The goal of the interventional fellowship is to prepare the fellow to be a skilled, independent operator in the performance of diagnostic and therapeutic cardiac catheterization procedures. To qualify, all applicants entering interventional cardiology must have first completed a minimum of three years of residency training in Internal Medicine and an additional three years of fellowship training in Cardiovascular Disease accredited by the ACGME. The fellows are required to engage in clinical or basic science research endeavors during the fellowship.

The fellow is expected to perform over 250 coronary interventional procedures (functioning as the primary operator) during the 12-month fellowship.

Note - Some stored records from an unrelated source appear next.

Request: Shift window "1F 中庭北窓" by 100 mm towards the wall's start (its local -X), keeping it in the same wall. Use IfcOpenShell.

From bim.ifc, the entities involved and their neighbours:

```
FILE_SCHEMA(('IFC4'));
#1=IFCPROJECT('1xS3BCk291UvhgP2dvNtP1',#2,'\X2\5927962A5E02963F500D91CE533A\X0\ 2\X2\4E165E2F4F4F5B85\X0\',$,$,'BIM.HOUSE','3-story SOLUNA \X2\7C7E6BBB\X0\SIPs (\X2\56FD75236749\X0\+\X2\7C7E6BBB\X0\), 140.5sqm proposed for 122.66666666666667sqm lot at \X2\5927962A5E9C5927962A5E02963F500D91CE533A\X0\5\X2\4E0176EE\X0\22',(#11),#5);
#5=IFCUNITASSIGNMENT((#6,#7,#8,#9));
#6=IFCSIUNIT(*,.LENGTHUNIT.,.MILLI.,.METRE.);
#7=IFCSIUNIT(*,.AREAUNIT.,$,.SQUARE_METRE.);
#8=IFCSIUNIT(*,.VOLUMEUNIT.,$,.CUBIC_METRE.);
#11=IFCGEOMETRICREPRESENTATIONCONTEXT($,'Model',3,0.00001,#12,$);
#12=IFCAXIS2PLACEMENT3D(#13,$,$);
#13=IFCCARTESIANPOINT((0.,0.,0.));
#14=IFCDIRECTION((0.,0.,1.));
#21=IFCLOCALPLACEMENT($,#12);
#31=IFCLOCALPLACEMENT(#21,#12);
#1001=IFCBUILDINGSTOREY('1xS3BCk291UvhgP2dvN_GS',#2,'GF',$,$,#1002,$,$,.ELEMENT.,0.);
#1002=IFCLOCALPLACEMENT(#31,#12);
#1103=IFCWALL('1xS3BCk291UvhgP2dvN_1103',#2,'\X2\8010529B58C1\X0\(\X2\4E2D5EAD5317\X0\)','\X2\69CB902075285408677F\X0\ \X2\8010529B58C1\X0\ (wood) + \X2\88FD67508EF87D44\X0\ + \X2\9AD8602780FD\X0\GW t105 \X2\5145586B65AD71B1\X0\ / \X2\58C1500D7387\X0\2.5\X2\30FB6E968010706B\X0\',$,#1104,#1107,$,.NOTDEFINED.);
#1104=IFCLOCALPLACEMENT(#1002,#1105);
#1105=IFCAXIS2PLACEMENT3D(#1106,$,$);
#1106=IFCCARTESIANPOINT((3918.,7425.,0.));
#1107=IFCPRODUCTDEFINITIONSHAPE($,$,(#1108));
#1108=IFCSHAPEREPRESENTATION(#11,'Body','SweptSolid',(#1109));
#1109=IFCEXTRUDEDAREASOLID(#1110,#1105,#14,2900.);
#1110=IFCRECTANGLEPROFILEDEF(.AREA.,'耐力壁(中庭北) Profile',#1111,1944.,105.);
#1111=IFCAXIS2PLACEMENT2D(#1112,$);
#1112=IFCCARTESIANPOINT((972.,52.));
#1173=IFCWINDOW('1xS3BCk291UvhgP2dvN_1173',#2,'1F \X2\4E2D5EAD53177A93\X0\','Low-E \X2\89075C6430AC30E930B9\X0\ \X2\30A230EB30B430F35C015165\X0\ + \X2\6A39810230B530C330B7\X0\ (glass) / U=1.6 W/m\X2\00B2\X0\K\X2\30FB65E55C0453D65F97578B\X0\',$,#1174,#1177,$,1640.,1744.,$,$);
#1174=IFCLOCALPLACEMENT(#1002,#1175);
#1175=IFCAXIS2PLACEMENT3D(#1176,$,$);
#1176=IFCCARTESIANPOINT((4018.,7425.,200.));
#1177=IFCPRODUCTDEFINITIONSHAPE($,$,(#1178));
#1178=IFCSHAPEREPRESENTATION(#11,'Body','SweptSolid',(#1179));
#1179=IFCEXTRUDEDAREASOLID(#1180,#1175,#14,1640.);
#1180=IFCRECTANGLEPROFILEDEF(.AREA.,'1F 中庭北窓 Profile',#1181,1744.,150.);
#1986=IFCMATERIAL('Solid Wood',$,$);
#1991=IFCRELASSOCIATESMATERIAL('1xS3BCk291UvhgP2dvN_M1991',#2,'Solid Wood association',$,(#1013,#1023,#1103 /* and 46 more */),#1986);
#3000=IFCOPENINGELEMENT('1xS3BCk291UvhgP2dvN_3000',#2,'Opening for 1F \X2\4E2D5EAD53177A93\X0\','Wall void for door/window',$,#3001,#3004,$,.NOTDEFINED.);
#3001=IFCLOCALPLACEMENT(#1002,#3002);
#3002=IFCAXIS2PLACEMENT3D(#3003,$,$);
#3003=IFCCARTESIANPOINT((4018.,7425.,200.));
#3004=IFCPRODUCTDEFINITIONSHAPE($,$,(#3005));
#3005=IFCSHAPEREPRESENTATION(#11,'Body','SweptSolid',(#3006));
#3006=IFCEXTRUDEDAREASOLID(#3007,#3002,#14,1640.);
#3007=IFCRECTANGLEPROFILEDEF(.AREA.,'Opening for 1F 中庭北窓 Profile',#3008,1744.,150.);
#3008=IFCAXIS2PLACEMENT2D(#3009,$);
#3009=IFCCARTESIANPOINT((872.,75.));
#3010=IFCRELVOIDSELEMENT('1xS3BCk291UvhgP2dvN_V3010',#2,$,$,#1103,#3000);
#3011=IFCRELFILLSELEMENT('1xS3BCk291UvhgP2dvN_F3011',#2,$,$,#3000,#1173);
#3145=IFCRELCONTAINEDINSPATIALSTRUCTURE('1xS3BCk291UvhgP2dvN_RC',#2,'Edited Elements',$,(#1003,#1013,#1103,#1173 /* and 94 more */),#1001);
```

```python
import ifcopenshell
import ifcopenshell.api.geometry
import ifcopenshell.util.placement

model = ifcopenshell.open("bim.ifc")

window = model.by_guid("1xS3BCk291UvhgP2dvN_1173")
opening = window.FillsVoids[0].RelatingOpeningElement
wall = opening.VoidsElements[0].RelatingBuildingElement

wall_matrix = ifcopenshell.util.placement.get_local_placement(wall.ObjectPlacement)
shift = wall_matrix[:3, 0] * -100.0
before = ifcopenshell.util.placement.get_local_placement(window.ObjectPlacement)[:3, 3].copy()

# The window is not placed relative to its opening, so move both.
for product in (opening, window):
    matrix = ifcopenshell.util.placement.get_local_placement(product.ObjectPlacement)
    matrix[:3, 3] += shift
    ifcopenshell.api.geometry.edit_object_placement(model, product=product, matrix=matrix, is_si=False)

after = ifcopenshell.util.placement.get_local_placement(window.ObjectPlacement)[:3, 3]
print("window moved by", (after - before).round(3) + 0.0)

model.write("bim_rev.ifc")
```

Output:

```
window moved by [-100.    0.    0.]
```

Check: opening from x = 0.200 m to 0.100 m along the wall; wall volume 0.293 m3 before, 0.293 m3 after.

In all clinical experiences, fellows must:

  • Participate in pre-procedural planning, including the indications for the procedure and the selection of the appropriate technical strategy and equipment

  • Perform the critical technical manipulations of the procedure

  • Demonstrate substantial involvement in post-procedural care

  • Be supervised by teaching faculty responsible for the procedure

The fellow is also exposed to peripheral arterial disease and intervention, as well as structural and valvular heart disease and intervention.